Let's say you're lucky enough to buy a house at 25. And then again, we pay off our mortgage 15
years early. Well, now we're 40 years old before we even think about prioritizing investing.
are 40 years old before we even think about prioritizing investing, that's not a great experience, right? And then let's say that we prioritize investing after our 30-year mortgage,
right? Let's say that we're not able to pay it off early. Well, then we're looking at you being 55
by the time you're saving, right? The average retirement age in this country is 57 to 65,
right? In that range. So we've literally done the math. We have a graph that I show you in the
Stock Market Secrets Workshop that demonstrates that the math works, the psychology works,
you protecting yourself for retirement works. So yes, continue paying your monthly payments, right? We're not defaulting
on our payments to do this, but with your additional money, as opposed to chipping away
at your mortgage faster, it will probably mathematically make more sense for you to
actually contribute towards your retirement, towards investing instead. So to this person
who's asking,
should I pay down my mortgage faster or should I invest? You know the answer. And even it sounds like in this post, you know the answer, but the little like Dave Ramsey devils on your shoulder
being like, nah, you got to pay off your debt first. So investing is the right move here.

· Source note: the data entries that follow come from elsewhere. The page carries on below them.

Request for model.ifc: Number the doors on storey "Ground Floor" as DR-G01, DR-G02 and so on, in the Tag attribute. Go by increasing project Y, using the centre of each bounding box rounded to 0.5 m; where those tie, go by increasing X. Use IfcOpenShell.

First a look at what the model holds.

```python
import ifcopenshell
import ifcopenshell.util.element
import ifcopenshell.util.placement

model = ifcopenshell.open("model.ifc")
print(model.schema)
storey = next(s for s in model.by_type("IfcBuildingStorey") if s.Name == "Ground Floor")
doors = [e for e in ifcopenshell.util.element.get_decomposition(storey) if e.is_a("IfcDoor")]
for e in sorted(doors, key=lambda e: e.id()):
    origin = ifcopenshell.util.placement.get_local_placement(e.ObjectPlacement)[:3, 3]
    print(e.id(), e.Tag, e.Name, origin.round(2) + 0.0, sep=" | ")
```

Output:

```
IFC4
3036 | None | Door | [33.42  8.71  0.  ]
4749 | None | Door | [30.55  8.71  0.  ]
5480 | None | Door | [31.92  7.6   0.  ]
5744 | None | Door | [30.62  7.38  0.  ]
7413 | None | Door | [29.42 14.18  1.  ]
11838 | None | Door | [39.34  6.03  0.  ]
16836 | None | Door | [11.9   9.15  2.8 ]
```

```python
import ifcopenshell
import ifcopenshell.geom
import ifcopenshell.util.element
import ifcopenshell.util.shape

model = ifcopenshell.open("model.ifc")
settings = ifcopenshell.geom.settings()
settings.set("use-world-coords", True)


def centre(element):
    shape = ifcopenshell.geom.create_shape(settings, element)
    return ifcopenshell.util.shape.get_bbox_centroid(shape.geometry)


storey = next(s for s in model.by_type("IfcBuildingStorey") if s.Name == "Ground Floor")
doors = [e for e in ifcopenshell.util.element.get_decomposition(storey) if e.is_a("IfcDoor")]

# Insertion points can sit at a corner or the storey origin, so sort by the geometry (in metres).
centres = {e: centre(e) for e in doors}
doors.sort(key=lambda e: (round(centres[e][1] / 0.5), centres[e][0]))

for i, e in enumerate(doors, start=1):
    number = f"DR-G{i:02d}"
    e.Tag = number
    print(e.id(), number)

model.write("model-out.ifc")
```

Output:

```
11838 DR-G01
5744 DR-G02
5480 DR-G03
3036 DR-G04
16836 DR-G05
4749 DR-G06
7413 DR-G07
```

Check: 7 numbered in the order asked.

All right. Let's take our second question. This is from our podcast community in a voicemail from Emily. Hi, Tori.
Thank you guys so much for all you're doing. I have a really possibly dumb question. What does
retirement actually look like logistically when you're trying to take the money when you're at
the stage of taking the money out of your IRA accounts? And are you having to sell all those
stocks kind of all at once and then you get that
money? Then you get it in distributions? Are you doing it a little bit at a time?
And if that is the case, what if the market is really bad at the time that you're retiring?
Let's say if somebody was trying to retire like tomorrow, and the market is super low,
and you have to sell all these stocks in there. So if you could provide a little bit more
clarification on what the logistics look like
post-retirement and how you would actually pull your money out of those funds once they've grown
and sat in those accounts for a while, that would be super awesome and helpful. Thank you so much.
I appreciate it with Emily's voicemail that I think we heard some wind chimes in the back
and it was very ASMR soothing. And I just, I don't know. I just really appreciated that.
Okay.
Emily, this is a question we get a lot.
A question that we have answered in a full workshop in Stock Market School.
So I'll give you the TLDR.
If you are anticipating retiring soon, this is not the time to start planning for how
you're actually going to use this money. What I mean is if you're 64 and
expecting to retire at 65 with some money in your retirement accounts, that's not the time to start
thinking about, oh, I'm going to need this money tomorrow. We're going to backtrack a little bit.
And if you can, we're going to start thinking about you needing this money five to 10 years before you actually need it.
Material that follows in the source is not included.